■ **AVAILABLE DATA**
* * * *

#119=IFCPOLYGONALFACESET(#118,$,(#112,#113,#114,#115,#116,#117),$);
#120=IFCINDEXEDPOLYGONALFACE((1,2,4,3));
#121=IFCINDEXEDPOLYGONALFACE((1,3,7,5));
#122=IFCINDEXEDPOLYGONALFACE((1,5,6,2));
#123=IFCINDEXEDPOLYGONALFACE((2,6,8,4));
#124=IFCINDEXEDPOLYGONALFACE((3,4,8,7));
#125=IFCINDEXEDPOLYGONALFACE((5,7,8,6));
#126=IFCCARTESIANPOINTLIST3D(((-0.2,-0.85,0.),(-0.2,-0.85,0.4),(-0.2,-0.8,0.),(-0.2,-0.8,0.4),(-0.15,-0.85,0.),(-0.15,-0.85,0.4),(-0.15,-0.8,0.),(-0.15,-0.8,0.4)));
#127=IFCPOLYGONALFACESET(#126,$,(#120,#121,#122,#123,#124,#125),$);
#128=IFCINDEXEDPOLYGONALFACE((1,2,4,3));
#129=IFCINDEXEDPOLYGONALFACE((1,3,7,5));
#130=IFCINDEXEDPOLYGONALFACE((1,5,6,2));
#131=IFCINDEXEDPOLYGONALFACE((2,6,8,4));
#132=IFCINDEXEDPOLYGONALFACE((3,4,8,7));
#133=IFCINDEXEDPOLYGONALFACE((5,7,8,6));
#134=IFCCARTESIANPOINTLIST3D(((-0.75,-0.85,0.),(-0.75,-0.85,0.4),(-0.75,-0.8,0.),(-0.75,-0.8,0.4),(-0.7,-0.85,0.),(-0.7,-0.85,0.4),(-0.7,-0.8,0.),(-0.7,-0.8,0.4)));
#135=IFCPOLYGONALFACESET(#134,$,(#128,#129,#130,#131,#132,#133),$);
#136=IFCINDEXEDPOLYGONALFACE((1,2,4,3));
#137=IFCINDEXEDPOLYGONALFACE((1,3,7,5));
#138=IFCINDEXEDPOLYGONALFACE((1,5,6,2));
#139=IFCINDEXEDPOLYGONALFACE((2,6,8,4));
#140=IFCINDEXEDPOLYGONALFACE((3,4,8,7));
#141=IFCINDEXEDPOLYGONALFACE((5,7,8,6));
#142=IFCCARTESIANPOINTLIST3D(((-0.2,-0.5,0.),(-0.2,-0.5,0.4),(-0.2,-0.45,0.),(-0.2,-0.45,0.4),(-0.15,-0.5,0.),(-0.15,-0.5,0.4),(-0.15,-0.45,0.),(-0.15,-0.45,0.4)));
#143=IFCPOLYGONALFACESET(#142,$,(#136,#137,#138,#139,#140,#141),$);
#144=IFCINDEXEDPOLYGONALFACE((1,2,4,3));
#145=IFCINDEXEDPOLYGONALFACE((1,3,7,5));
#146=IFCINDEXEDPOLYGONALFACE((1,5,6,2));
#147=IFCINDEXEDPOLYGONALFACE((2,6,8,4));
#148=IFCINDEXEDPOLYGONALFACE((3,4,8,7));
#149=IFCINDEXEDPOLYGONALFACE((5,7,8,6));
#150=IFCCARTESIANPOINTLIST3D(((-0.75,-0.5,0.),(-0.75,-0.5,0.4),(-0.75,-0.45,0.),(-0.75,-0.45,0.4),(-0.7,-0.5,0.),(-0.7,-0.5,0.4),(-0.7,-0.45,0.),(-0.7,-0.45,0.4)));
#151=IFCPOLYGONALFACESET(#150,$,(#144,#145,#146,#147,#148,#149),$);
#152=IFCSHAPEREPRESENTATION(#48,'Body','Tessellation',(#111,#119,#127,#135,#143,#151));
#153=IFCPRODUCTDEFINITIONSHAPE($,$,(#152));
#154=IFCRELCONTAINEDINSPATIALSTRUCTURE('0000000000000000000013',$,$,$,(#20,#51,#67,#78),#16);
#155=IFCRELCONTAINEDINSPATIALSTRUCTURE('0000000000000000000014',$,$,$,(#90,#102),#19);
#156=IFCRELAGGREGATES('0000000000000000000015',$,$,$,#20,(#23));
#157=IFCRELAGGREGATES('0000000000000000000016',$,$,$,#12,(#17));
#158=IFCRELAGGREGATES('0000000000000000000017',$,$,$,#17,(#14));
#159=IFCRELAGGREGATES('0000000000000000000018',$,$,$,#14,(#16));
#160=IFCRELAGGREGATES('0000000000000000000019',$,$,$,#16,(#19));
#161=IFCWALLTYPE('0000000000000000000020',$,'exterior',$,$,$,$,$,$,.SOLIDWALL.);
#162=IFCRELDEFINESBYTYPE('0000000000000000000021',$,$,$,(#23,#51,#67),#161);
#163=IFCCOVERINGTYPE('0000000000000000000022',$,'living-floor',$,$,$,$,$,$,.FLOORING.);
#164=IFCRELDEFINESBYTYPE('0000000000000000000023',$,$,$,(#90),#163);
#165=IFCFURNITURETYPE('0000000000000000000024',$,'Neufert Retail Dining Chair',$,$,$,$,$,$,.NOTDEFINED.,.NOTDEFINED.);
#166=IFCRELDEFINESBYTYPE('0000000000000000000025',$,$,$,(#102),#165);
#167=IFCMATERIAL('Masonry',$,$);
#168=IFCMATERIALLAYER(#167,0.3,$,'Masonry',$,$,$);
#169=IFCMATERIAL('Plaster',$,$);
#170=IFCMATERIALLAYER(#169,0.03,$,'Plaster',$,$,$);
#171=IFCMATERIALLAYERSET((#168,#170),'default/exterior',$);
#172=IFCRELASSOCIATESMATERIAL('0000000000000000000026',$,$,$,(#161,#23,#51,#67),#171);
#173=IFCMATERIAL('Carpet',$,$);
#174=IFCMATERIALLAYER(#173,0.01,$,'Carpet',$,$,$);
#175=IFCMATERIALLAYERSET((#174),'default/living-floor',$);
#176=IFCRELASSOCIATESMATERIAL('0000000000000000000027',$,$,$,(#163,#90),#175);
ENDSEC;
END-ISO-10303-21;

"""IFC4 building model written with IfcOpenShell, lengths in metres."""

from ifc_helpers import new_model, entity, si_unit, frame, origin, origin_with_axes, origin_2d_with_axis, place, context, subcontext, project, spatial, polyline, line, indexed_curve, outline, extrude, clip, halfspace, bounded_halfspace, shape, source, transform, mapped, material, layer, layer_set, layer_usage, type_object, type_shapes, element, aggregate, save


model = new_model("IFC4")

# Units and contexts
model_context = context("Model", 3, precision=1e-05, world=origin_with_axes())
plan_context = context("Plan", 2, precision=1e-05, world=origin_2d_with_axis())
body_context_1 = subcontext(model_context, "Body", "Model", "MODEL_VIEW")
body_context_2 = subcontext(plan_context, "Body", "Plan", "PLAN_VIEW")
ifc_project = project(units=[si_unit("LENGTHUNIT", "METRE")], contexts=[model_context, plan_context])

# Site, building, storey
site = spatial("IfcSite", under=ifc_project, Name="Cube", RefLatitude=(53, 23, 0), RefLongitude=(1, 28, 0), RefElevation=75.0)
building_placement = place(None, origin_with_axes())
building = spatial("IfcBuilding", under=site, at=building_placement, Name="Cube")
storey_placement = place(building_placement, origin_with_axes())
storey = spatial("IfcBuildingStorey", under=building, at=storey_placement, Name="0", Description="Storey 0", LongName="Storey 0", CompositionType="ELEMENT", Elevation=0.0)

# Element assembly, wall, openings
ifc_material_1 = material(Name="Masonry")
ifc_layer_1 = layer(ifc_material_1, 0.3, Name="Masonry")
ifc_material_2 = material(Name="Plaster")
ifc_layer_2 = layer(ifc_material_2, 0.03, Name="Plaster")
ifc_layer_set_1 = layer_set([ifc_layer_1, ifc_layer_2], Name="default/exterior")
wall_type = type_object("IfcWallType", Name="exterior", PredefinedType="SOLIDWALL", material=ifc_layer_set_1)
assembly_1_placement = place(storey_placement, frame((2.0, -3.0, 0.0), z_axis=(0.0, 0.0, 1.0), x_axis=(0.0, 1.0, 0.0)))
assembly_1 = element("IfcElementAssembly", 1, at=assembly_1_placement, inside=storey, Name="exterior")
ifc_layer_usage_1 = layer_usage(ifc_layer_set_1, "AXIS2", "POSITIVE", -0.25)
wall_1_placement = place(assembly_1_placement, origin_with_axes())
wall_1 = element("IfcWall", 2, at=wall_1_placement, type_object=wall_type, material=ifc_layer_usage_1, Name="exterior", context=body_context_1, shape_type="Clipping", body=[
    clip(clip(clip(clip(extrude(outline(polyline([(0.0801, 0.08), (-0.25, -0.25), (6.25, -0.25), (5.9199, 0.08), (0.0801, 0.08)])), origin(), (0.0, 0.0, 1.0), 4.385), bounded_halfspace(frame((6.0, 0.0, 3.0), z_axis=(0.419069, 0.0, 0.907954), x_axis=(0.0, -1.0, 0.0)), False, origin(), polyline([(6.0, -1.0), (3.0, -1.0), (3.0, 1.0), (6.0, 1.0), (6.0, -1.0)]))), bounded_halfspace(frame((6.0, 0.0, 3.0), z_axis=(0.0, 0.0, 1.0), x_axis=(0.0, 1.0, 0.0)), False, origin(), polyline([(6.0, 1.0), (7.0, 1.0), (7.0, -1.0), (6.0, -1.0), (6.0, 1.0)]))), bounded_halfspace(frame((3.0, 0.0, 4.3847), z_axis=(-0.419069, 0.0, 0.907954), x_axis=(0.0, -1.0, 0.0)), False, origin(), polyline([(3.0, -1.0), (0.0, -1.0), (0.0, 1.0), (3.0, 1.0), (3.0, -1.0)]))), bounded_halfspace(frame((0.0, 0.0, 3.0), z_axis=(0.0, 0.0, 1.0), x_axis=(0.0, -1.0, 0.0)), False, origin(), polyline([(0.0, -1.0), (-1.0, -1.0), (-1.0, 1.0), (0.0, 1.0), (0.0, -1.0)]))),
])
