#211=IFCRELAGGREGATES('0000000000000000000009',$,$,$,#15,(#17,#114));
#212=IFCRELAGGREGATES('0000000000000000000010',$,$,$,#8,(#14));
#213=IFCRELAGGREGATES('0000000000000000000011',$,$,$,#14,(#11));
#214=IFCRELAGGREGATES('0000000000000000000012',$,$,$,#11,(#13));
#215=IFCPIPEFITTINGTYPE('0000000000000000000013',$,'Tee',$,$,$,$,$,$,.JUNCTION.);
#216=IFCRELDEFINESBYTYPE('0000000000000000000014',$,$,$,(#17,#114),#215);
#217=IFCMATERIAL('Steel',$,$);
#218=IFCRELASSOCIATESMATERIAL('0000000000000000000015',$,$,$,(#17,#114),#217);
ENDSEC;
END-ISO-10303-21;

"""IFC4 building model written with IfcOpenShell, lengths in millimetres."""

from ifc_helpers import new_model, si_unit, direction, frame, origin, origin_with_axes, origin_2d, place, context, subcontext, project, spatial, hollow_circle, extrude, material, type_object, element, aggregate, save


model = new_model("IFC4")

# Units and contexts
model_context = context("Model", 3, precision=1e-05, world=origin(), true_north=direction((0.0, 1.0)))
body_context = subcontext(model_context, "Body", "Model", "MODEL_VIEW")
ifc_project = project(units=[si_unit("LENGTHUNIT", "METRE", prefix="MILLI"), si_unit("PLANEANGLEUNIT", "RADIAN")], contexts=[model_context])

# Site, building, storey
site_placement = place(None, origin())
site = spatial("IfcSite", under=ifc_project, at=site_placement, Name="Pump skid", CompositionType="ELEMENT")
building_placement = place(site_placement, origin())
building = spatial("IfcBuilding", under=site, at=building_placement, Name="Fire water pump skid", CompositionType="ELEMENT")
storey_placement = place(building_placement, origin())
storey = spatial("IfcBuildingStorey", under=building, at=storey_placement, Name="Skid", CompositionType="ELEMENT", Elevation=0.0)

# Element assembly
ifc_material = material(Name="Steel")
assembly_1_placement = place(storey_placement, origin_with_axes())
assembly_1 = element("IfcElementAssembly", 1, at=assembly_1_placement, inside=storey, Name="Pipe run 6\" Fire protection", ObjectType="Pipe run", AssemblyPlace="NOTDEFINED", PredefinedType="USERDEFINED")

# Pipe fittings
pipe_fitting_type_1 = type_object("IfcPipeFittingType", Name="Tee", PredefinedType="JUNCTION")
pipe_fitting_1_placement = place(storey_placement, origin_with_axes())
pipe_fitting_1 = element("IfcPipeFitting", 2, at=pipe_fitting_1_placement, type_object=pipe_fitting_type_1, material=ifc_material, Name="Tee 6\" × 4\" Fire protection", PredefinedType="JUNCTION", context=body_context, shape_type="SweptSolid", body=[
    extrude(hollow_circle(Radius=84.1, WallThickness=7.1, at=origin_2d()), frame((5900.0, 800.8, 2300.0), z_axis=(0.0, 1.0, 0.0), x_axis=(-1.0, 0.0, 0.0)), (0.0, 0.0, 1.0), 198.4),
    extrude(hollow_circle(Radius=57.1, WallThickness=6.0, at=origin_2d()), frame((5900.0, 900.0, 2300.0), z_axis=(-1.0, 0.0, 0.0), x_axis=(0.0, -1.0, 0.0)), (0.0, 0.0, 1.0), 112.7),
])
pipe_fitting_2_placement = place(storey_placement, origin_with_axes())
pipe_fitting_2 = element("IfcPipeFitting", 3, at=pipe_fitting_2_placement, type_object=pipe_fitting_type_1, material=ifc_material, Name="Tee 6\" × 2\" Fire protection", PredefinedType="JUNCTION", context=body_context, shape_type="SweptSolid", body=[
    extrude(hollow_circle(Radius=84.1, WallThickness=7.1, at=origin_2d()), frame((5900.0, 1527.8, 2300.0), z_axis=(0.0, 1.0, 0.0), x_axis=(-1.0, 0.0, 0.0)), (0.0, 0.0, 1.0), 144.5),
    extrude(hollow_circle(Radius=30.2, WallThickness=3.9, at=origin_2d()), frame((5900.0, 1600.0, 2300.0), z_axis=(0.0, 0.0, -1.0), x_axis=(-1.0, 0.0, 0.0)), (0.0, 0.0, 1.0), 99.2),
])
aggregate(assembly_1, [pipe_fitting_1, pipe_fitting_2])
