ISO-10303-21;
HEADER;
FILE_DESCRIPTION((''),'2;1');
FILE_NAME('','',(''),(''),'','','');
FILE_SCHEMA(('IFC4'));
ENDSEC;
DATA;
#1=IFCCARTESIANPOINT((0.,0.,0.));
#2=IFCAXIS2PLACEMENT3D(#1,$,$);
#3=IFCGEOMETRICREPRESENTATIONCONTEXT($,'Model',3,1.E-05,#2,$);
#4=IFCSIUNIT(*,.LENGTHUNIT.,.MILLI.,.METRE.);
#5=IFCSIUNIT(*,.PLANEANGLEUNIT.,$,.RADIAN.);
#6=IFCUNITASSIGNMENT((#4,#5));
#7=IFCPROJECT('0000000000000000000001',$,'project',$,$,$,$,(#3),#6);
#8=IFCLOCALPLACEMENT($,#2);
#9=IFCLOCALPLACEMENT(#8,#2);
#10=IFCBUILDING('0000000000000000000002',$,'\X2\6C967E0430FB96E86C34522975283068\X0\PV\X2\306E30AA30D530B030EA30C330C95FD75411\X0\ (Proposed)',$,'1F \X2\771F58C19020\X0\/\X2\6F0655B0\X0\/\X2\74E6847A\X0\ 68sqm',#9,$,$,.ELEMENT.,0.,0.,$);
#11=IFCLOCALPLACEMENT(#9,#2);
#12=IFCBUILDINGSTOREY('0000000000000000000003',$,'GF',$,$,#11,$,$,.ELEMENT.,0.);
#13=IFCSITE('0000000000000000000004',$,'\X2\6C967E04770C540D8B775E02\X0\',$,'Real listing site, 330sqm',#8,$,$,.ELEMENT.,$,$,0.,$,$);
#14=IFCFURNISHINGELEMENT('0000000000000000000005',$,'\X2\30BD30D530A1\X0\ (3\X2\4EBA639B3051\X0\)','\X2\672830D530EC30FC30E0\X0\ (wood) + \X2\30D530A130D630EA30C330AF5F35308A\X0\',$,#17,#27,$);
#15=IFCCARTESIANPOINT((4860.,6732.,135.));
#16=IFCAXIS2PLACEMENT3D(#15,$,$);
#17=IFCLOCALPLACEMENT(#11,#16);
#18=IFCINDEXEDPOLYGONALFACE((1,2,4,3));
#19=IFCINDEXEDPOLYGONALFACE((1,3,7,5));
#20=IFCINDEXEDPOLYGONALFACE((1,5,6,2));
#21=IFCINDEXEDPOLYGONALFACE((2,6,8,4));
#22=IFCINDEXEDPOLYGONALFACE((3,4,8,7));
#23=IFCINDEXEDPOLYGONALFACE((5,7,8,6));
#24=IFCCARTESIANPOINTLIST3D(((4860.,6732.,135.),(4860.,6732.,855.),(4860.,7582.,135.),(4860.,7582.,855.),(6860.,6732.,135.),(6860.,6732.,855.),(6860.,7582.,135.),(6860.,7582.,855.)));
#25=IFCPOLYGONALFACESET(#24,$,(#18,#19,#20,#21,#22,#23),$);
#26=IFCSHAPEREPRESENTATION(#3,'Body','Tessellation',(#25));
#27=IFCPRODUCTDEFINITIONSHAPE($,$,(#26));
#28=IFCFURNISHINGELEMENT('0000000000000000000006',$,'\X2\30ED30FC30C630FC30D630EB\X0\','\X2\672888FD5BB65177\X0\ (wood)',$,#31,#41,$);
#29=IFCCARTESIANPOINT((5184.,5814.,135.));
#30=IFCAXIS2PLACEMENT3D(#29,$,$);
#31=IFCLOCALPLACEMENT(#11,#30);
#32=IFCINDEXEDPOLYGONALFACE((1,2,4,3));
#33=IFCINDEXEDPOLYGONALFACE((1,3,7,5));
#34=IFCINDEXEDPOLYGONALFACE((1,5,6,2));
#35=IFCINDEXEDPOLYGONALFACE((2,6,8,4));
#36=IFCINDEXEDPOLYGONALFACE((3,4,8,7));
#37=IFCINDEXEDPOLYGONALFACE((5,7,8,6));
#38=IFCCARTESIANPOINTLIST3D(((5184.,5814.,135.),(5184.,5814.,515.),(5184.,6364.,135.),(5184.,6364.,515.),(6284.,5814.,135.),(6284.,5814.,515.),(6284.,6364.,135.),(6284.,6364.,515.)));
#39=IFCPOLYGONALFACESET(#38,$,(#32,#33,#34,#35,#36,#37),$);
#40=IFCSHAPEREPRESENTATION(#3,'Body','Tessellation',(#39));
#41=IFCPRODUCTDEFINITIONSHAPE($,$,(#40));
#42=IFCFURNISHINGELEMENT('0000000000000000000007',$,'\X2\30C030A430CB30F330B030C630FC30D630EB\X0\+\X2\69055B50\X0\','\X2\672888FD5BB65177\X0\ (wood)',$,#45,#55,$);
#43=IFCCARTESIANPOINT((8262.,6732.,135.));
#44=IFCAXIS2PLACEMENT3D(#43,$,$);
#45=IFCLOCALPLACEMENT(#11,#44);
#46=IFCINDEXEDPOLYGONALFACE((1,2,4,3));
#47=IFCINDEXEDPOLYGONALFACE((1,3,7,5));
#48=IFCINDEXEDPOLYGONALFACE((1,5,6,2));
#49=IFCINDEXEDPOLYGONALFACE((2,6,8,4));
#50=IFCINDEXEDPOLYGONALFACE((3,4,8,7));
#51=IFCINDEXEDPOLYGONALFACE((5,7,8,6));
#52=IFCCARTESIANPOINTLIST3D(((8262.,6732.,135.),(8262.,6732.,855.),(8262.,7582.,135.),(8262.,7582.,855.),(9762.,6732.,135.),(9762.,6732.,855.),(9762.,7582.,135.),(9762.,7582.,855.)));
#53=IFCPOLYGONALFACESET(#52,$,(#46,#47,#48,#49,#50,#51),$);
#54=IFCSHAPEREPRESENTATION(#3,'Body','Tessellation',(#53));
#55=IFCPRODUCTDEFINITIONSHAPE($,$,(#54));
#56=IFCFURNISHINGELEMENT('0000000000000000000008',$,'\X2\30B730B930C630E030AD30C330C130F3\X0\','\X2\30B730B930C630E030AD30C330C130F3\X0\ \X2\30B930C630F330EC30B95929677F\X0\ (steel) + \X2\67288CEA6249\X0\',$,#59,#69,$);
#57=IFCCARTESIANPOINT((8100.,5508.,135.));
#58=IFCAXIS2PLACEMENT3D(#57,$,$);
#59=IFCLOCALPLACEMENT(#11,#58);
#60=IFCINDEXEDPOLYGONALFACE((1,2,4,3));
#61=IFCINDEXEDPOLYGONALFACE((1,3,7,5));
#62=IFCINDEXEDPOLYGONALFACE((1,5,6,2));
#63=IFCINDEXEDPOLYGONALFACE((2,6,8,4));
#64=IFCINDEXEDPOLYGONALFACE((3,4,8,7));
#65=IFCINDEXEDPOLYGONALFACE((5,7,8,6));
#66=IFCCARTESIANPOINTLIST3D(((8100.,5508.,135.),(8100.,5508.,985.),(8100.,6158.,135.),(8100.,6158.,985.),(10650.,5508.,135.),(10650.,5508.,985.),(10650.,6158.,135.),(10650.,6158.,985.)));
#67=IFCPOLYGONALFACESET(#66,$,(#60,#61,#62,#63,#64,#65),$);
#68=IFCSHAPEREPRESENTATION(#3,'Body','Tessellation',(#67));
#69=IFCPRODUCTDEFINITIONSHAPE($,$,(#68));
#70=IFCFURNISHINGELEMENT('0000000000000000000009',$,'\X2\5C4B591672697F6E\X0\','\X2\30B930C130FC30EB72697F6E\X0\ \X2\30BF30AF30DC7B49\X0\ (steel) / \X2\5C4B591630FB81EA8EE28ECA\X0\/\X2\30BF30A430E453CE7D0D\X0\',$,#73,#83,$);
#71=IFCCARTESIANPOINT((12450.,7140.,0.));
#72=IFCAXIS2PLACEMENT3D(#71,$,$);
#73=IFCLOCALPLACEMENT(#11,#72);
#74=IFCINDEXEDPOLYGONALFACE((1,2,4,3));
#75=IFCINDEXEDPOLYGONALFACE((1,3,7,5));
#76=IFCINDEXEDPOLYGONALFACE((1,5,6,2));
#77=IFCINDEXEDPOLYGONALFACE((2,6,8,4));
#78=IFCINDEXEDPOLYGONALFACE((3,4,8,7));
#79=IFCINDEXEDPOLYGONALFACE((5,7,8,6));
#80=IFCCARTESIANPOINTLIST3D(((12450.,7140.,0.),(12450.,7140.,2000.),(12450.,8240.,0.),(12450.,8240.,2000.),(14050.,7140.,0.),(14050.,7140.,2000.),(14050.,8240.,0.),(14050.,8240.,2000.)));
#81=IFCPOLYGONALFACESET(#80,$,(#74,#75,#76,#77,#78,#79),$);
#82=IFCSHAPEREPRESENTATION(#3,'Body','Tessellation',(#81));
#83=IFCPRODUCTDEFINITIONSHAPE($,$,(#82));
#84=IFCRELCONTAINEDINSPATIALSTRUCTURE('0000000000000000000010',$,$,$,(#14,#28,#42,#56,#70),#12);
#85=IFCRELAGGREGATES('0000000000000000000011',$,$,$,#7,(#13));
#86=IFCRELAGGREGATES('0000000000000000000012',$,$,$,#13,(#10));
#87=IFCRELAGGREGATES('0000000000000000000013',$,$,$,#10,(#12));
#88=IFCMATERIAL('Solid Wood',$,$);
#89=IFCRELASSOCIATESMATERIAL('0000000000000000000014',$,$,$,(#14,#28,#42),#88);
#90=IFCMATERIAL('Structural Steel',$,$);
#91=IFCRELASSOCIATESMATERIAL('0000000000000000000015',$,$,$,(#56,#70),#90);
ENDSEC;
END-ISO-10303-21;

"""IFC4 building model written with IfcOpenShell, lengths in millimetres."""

from ifc_helpers import new_model, si_unit, frame, frame_2d, origin, place, context, project, spatial, rectangle, extrude, material, element, save


model = new_model("IFC4")

# Units and contexts
model_context = context("Model", 3, precision=1e-05, world=origin())
ifc_project = project(units=[si_unit("LENGTHUNIT", "METRE", prefix="MILLI"), si_unit("PLANEANGLEUNIT", "RADIAN")], contexts=[model_context])

# Site, building, storey
site_placement = place(None, origin())
site = spatial("IfcSite", under=ifc_project, at=site_placement, Name="沖縄県名護市", ObjectType="Real listing site, 330sqm", CompositionType="ELEMENT", RefElevation=0.0)
building_placement = place(site_placement, origin())
building = spatial("IfcBuilding", under=site, at=building_placement, Name="沖縄・雨水利用とPVのオフグリッド志向 (Proposed)", ObjectType="1F 真壁造/漆喰/瓦葺 68sqm", CompositionType="ELEMENT", ElevationOfRefHeight=0.0, ElevationOfTerrain=0.0)
storey_placement = place(building_placement, origin())
storey = spatial("IfcBuildingStorey", under=building, at=storey_placement, Name="GF", CompositionType="ELEMENT", Elevation=0.0)

# Shared definitions
ifc_material_1 = material(Name="Solid Wood")

# Shared definitions
ifc_material_2 = material(Name="Structural Steel")

# Furnishing elements
furnishing_1_placement = place(storey_placement, frame((4860.0, 6732.0, 135.0)))
element("IfcFurnishingElement", 1, at=furnishing_1_placement, inside=storey, material=ifc_material_1, Name="ソファ (3人掛け)", Description="木フレーム (wood) + ファブリック張り", context=model_context, shape_type="SweptSolid", body=[
    extrude(rectangle(XDim=2000.0, YDim=850.0, at=frame_2d((1000.0, 425.0))), frame((4860.0, 6732.0, 135.0)), (0.0, 0.0, 1.0), 720.0),
])
furnishing_2_placement = place(storey_placement, frame((5184.0, 5814.0, 135.0)))
element("IfcFurnishingElement", 2, at=furnishing_2_placement, inside=storey, material=ifc_material_1, Name="ローテーブル", Description="木製家具 (wood)", context=model_context, shape_type="SweptSolid", body=[
    extrude(rectangle(XDim=1100.0, YDim=550.0, at=frame_2d((550.0, 275.0))), frame((5184.0, 5814.0, 135.0)), (0.0, 0.0, 1.0), 380.0),
])
furnishing_3_placement = place(storey_placement, frame((8262.0, 6732.0, 135.0)))
element("IfcFurnishingElement", 3, at=furnishing_3_placement, inside=storey, material=ifc_material_1, Name="ダイニングテーブル+椅子", Description="木製家具 (wood)", context=model_context, shape_type="SweptSolid", body=[
    extrude(rectangle(XDim=1500.0, YDim=850.0, at=frame_2d((750.0, 425.0))), frame((8262.0, 6732.0, 135.0)), (0.0, 0.0, 1.0), 720.0),
])
furnishing_4_placement = place(storey_placement, frame((8100.0, 5508.0, 135.0)))
element("IfcFurnishingElement", 4, at=furnishing_4_placement, inside=storey, material=ifc_material_2, Name="システムキッチン", Description="システムキッチン ステンレス天板 (steel) + 木質扉", context=model_context, shape_type="SweptSolid", body=[
    extrude(rectangle(XDim=2550.0, YDim=650.0, at=frame_2d((1275.0, 325.0))), frame((8100.0, 5508.0, 135.0)), (0.0, 0.0, 1.0), 850.0),
])
furnishing_5_placement = place(storey_placement, frame((12450.0, 7140.0, 0.0)))
element("IfcFurnishingElement", 5, at=furnishing_5_placement, inside=storey, material=ifc_material_2, Name="屋外物置", Description="スチール物置 タクボ等 (steel) / 屋外・自転車/タイヤ収納", context=model_context, shape_type="SweptSolid", body=[
    extrude(rectangle(XDim=1600.0, YDim=1100.0, at=frame_2d((800.0, 550.0))), frame((12450.0, 7140.0, 0.0)), (0.0, 0.0, 1.0), 2000.0),
])

save(model, "model.ifc")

* * * *

■ **WHAT YOU HAVE TO DO**
Would you show all lines of the material above that contain the word "IFCRELDEFINESBYTYPE"?

■ **EXERCISE SOLUTION**
#162=IFCRELDEFINESBYTYPE('0000000000000000000021',$,$,$,(#23,#51,#67),#161);
#164=IFCRELDEFINESBYTYPE('0000000000000000000023',$,$,$,(#90),#163);
#166=IFCRELDEFINESBYTYPE('0000000000000000000025',$,$,$,(#102),#165);
#216=IFCRELDEFINESBYTYPE('0000000000000000000014',$,$,$,(#17,#114),#215);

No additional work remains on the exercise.